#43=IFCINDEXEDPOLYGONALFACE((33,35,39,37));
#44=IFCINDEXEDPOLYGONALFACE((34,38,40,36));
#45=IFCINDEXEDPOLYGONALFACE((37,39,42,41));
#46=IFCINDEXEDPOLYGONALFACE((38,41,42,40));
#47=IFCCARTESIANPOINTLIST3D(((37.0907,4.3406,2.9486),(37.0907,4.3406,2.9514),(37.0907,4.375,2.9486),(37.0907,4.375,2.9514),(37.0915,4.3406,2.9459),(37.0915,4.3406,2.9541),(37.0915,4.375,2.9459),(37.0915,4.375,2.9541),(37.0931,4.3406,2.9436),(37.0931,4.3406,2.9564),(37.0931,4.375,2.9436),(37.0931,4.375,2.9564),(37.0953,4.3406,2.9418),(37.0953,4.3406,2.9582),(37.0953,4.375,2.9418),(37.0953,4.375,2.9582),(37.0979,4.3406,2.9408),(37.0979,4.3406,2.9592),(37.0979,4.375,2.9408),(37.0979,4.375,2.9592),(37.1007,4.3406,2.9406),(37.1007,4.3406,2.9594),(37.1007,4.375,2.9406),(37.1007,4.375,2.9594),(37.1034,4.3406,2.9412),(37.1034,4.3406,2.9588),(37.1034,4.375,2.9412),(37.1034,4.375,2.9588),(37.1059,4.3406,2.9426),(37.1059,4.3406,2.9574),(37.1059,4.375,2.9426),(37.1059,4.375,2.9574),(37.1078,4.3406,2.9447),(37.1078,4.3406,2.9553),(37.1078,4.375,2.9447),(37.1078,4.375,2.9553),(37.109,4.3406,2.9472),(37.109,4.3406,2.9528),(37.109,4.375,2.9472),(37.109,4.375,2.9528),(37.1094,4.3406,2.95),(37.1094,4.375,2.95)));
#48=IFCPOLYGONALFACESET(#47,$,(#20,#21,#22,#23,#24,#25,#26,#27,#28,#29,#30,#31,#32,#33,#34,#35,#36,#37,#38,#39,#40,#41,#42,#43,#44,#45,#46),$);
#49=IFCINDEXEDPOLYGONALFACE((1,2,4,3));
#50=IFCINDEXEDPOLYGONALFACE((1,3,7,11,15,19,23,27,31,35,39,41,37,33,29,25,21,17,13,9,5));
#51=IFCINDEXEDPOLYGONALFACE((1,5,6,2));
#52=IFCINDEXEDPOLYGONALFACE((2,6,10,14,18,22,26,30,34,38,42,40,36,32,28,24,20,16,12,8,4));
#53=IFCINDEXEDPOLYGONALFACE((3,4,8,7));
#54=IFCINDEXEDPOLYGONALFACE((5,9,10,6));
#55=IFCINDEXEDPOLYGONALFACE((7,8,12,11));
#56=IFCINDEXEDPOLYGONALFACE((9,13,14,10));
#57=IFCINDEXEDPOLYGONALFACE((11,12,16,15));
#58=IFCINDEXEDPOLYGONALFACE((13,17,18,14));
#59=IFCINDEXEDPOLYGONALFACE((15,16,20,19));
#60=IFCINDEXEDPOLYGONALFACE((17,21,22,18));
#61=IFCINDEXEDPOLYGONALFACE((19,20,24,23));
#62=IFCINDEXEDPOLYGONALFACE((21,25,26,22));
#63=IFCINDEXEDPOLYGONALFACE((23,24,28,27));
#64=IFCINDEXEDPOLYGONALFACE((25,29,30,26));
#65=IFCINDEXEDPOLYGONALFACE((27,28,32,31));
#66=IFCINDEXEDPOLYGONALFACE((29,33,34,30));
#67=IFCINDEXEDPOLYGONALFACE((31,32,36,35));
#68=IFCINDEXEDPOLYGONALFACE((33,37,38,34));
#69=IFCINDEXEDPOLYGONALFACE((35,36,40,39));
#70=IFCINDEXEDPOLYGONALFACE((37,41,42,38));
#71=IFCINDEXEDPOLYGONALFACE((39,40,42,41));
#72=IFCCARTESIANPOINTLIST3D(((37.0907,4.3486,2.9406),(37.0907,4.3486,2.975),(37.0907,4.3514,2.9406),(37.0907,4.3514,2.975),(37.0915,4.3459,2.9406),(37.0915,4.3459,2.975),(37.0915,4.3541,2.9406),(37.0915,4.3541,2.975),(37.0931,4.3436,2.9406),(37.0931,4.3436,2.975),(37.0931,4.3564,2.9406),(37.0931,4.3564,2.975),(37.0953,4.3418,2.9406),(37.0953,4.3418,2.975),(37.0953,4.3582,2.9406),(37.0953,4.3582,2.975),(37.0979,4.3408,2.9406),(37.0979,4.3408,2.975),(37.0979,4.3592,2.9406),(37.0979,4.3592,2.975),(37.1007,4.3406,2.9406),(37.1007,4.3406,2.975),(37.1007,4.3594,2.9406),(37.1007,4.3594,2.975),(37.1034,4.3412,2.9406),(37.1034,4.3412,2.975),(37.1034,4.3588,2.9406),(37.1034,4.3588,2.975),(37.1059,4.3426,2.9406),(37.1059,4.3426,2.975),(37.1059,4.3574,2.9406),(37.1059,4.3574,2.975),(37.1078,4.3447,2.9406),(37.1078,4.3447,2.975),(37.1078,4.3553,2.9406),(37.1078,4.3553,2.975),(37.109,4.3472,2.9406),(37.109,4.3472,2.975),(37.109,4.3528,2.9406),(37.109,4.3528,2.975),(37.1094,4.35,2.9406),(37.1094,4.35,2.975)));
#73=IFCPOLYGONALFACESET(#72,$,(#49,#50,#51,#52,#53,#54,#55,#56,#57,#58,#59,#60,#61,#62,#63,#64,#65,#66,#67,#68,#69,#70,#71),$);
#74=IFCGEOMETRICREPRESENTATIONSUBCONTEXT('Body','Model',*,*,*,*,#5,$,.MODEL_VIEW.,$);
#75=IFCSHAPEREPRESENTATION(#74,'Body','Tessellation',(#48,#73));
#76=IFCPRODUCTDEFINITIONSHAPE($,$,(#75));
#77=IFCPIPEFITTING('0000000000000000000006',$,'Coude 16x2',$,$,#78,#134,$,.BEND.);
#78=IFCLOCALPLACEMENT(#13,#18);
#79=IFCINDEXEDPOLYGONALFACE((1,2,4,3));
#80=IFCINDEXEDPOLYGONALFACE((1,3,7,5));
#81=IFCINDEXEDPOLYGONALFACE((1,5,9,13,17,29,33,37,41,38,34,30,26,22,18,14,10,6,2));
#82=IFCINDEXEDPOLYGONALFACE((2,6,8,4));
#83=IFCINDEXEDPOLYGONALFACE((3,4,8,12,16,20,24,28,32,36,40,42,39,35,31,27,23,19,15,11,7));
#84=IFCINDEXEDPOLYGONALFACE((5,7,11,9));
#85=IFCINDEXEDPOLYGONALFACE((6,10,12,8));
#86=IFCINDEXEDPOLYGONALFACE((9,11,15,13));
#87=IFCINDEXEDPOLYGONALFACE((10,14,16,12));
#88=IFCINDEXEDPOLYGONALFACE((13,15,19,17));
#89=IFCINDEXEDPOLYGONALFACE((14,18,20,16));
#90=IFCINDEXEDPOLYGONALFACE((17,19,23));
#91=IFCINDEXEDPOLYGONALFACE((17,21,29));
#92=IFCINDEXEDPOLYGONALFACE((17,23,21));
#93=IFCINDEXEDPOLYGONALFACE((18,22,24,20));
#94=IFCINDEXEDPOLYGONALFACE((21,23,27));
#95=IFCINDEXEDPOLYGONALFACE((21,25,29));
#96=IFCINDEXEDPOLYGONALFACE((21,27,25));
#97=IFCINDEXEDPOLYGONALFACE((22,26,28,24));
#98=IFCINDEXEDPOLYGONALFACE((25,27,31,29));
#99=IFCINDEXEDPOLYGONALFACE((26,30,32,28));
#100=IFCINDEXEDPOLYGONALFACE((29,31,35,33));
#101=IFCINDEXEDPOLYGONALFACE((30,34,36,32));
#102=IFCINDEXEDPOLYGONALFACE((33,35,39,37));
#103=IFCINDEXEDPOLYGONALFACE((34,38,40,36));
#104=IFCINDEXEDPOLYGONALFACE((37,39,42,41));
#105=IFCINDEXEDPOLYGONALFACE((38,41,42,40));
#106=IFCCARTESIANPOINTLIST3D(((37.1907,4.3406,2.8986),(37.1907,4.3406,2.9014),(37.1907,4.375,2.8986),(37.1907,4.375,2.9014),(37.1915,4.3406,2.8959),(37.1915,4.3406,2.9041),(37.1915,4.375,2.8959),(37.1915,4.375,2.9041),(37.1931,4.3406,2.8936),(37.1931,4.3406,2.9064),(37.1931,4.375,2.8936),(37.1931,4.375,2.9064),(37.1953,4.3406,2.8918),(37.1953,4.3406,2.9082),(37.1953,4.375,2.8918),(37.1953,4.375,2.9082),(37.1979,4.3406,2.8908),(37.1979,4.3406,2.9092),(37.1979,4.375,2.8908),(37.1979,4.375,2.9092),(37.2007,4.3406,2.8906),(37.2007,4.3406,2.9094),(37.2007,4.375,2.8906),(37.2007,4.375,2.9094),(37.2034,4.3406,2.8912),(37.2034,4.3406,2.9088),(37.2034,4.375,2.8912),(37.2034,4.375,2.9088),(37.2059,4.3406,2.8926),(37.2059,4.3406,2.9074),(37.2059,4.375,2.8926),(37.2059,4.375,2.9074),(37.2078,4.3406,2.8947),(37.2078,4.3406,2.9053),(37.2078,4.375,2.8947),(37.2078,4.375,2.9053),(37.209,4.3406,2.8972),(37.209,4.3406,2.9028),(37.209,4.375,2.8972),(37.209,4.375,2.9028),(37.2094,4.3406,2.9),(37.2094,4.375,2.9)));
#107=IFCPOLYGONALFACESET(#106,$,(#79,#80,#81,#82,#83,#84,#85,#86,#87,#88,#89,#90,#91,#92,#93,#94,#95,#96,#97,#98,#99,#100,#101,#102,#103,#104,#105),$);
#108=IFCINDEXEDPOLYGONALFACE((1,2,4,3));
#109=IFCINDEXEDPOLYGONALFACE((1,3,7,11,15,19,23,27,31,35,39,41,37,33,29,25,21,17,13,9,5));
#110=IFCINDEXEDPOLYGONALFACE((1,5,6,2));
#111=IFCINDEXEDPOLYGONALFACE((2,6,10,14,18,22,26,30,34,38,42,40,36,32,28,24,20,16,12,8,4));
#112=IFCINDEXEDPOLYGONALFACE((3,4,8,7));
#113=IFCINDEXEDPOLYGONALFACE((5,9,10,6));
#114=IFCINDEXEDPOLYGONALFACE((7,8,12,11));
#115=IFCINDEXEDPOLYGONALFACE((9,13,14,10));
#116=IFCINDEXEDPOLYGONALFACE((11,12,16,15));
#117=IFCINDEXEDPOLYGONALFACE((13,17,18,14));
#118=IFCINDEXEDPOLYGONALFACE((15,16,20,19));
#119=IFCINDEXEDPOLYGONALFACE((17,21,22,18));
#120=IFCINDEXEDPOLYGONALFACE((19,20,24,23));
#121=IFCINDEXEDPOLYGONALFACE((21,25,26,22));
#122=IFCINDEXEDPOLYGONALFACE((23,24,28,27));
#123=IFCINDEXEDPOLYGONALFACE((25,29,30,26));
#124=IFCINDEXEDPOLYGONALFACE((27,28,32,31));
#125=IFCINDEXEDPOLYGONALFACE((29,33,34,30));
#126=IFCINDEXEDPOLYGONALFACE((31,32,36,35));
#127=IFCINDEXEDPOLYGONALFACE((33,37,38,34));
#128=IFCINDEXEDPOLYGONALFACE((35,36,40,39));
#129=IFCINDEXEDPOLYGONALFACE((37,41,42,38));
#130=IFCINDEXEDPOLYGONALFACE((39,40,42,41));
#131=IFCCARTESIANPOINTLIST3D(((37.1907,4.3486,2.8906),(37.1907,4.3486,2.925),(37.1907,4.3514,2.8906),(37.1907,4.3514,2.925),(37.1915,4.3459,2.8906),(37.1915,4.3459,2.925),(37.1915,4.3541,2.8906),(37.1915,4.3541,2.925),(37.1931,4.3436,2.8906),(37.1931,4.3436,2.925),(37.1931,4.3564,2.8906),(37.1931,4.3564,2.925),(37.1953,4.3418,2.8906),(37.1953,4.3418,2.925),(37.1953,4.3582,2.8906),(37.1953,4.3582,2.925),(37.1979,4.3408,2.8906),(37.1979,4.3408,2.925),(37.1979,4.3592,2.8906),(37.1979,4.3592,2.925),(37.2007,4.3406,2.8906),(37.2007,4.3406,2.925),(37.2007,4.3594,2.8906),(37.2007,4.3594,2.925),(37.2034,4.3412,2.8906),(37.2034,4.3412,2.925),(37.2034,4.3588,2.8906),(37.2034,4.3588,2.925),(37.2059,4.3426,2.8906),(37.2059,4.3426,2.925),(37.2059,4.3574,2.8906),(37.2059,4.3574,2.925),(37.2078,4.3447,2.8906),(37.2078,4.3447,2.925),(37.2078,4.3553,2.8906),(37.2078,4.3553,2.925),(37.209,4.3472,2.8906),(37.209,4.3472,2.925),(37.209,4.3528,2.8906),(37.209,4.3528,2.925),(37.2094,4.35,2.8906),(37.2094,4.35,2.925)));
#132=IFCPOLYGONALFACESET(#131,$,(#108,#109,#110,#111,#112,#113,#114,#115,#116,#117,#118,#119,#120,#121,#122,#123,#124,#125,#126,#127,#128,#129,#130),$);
■ ■ ■ ■ ■
Nothing but a number belongs in the answer: the tally of lines in the data holding "Body".

2